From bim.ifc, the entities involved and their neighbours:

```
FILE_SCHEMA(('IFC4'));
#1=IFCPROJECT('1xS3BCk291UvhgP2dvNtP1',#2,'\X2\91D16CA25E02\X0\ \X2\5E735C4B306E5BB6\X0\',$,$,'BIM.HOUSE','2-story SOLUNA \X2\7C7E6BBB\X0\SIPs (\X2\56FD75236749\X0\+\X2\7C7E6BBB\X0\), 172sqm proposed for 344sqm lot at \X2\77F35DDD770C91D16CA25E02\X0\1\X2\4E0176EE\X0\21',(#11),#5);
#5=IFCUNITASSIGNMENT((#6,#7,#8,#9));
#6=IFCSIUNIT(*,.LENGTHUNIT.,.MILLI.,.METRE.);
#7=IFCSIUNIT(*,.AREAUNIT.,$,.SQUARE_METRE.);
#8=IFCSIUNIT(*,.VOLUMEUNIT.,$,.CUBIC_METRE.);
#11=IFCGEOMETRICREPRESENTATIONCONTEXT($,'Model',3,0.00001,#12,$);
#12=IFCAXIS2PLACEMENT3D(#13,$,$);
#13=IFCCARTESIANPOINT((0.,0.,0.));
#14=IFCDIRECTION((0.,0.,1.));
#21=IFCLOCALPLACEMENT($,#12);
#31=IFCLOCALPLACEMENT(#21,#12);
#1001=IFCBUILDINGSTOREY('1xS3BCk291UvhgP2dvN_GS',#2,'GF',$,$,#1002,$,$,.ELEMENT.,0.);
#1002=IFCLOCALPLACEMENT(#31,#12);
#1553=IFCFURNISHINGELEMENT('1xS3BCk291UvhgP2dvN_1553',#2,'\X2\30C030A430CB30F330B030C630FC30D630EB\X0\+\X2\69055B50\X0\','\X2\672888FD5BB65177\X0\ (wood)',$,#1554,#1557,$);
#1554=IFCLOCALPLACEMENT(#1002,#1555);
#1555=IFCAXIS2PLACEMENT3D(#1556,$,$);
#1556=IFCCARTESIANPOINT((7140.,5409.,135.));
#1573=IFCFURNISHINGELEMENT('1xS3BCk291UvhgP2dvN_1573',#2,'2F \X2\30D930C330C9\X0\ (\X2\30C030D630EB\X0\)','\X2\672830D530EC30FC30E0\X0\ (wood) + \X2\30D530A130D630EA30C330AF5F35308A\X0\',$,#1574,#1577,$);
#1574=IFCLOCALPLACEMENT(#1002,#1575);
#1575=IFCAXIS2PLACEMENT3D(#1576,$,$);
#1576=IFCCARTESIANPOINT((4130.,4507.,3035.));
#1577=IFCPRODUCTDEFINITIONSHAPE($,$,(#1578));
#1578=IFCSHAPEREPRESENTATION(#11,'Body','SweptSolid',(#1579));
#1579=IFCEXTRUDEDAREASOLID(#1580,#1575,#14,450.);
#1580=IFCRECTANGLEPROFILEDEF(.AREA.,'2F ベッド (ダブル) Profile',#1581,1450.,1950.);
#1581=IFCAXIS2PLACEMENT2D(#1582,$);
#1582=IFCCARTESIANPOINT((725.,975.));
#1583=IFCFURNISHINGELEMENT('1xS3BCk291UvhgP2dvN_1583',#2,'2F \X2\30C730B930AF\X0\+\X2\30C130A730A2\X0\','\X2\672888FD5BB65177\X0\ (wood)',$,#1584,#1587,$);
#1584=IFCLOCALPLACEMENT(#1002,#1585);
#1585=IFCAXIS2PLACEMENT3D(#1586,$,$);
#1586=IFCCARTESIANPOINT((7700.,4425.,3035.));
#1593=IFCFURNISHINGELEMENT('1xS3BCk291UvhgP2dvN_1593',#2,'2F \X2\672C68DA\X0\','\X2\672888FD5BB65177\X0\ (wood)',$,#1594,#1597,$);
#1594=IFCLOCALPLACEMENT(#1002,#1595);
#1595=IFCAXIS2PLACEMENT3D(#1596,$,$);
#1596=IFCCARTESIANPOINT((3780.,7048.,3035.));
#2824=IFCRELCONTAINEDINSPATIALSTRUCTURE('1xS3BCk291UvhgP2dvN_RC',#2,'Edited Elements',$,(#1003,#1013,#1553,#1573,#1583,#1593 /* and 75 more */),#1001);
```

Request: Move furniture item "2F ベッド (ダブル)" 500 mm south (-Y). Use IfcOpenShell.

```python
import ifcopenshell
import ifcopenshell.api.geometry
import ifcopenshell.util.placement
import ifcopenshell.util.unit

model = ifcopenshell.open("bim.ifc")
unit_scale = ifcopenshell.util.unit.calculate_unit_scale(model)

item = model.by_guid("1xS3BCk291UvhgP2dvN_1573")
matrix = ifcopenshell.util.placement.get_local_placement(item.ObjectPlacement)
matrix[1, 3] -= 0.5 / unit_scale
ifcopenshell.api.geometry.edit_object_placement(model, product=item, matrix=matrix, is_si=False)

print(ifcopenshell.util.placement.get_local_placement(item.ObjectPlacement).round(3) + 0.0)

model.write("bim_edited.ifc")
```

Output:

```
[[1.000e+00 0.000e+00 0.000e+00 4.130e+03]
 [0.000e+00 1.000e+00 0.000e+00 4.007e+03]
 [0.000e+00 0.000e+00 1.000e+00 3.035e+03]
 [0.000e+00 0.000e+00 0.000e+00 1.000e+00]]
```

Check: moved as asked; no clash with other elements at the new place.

--

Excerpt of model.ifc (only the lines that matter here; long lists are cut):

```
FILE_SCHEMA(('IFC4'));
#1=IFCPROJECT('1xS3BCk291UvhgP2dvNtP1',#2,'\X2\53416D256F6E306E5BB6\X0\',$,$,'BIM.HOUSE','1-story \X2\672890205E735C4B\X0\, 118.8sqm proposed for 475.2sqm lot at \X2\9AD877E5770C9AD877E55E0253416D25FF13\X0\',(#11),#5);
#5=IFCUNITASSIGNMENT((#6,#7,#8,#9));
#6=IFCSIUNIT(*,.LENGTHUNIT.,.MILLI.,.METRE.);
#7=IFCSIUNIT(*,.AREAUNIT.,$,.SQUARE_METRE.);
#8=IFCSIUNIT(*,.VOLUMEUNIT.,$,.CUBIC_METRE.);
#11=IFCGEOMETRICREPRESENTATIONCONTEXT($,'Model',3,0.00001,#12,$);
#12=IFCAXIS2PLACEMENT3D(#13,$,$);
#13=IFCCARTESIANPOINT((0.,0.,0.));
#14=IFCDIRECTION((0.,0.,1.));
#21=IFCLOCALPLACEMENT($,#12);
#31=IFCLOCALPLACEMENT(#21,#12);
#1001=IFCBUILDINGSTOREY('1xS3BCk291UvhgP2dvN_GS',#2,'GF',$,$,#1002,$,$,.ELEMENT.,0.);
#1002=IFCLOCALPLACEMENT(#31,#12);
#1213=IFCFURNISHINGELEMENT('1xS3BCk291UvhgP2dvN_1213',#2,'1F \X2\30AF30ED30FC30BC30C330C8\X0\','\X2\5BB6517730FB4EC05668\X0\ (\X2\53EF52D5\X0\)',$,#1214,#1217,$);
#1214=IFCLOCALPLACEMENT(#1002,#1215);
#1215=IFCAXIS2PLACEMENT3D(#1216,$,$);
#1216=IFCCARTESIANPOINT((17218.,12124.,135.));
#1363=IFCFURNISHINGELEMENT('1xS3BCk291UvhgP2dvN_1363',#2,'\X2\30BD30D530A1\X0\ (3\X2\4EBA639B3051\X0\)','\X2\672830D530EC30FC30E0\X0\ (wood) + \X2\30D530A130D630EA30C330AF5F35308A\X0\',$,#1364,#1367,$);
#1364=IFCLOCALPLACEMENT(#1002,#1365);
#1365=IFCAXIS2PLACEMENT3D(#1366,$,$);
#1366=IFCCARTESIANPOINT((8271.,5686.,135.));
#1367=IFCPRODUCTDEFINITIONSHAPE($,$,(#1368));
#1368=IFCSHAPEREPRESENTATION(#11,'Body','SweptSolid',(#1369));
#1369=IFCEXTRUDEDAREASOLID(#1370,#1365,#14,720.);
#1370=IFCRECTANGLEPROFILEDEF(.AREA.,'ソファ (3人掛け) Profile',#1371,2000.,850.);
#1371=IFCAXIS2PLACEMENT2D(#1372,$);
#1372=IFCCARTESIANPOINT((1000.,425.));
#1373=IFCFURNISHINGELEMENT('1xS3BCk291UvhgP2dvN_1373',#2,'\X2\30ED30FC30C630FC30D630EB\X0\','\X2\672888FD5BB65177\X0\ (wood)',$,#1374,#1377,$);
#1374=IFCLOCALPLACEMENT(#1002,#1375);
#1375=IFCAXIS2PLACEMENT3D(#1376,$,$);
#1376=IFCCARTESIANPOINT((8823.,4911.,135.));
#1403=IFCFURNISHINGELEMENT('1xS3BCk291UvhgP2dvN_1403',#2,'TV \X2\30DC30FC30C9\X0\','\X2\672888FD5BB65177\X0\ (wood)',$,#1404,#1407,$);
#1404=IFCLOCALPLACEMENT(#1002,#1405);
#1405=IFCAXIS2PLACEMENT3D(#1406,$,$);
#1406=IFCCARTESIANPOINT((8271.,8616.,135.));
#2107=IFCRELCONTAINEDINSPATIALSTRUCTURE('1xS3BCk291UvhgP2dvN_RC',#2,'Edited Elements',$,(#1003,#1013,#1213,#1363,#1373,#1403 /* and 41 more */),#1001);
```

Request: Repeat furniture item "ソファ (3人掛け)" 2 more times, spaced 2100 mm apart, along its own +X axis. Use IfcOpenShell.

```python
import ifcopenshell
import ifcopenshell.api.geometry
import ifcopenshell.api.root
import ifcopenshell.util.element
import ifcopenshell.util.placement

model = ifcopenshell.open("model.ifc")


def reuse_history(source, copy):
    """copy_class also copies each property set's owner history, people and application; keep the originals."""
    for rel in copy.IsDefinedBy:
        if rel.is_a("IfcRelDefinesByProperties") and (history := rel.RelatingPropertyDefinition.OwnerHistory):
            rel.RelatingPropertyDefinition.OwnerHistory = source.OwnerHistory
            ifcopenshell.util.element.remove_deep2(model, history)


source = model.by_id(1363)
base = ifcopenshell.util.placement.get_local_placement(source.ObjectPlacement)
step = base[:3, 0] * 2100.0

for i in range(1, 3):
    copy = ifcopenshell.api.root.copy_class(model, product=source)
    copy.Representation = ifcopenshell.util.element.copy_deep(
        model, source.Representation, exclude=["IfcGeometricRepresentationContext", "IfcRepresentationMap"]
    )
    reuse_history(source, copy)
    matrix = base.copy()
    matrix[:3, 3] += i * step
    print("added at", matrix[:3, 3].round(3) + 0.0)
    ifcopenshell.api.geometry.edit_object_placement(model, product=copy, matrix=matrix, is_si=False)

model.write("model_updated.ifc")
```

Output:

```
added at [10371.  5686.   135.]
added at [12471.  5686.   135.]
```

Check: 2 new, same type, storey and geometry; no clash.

--

◆ **WORK INSTRUCTIONS**
Repeat exactly the lines of the listing above, from the one with "Request: Move furniture" down to the one with "Check: moved as"; both of those lines belong in the range.

◆ **OUTPUT FOR THIS TASK**
Request: Move furniture item "2F ベッド (ダブル)" 500 mm south (-Y). Use IfcOpenShell.

```python
import ifcopenshell
import ifcopenshell.api.geometry
import ifcopenshell.util.placement
import ifcopenshell.util.unit

model = ifcopenshell.open("bim.ifc")
unit_scale = ifcopenshell.util.unit.calculate_unit_scale(model)

item = model.by_guid("1xS3BCk291UvhgP2dvN_1573")
matrix = ifcopenshell.util.placement.get_local_placement(item.ObjectPlacement)
matrix[1, 3] -= 0.5 / unit_scale
ifcopenshell.api.geometry.edit_object_placement(model, product=item, matrix=matrix, is_si=False)

print(ifcopenshell.util.placement.get_local_placement(item.ObjectPlacement).round(3) + 0.0)

model.write("bim_edited.ifc")
```

Output:

```
[[1.000e+00 0.000e+00 0.000e+00 4.130e+03]
 [0.000e+00 1.000e+00 0.000e+00 4.007e+03]
 [0.000e+00 0.000e+00 1.000e+00 3.035e+03]
 [0.000e+00 0.000e+00 0.000e+00 1.000e+00]]
```

Check: moved as asked; no clash with other elements at the new place.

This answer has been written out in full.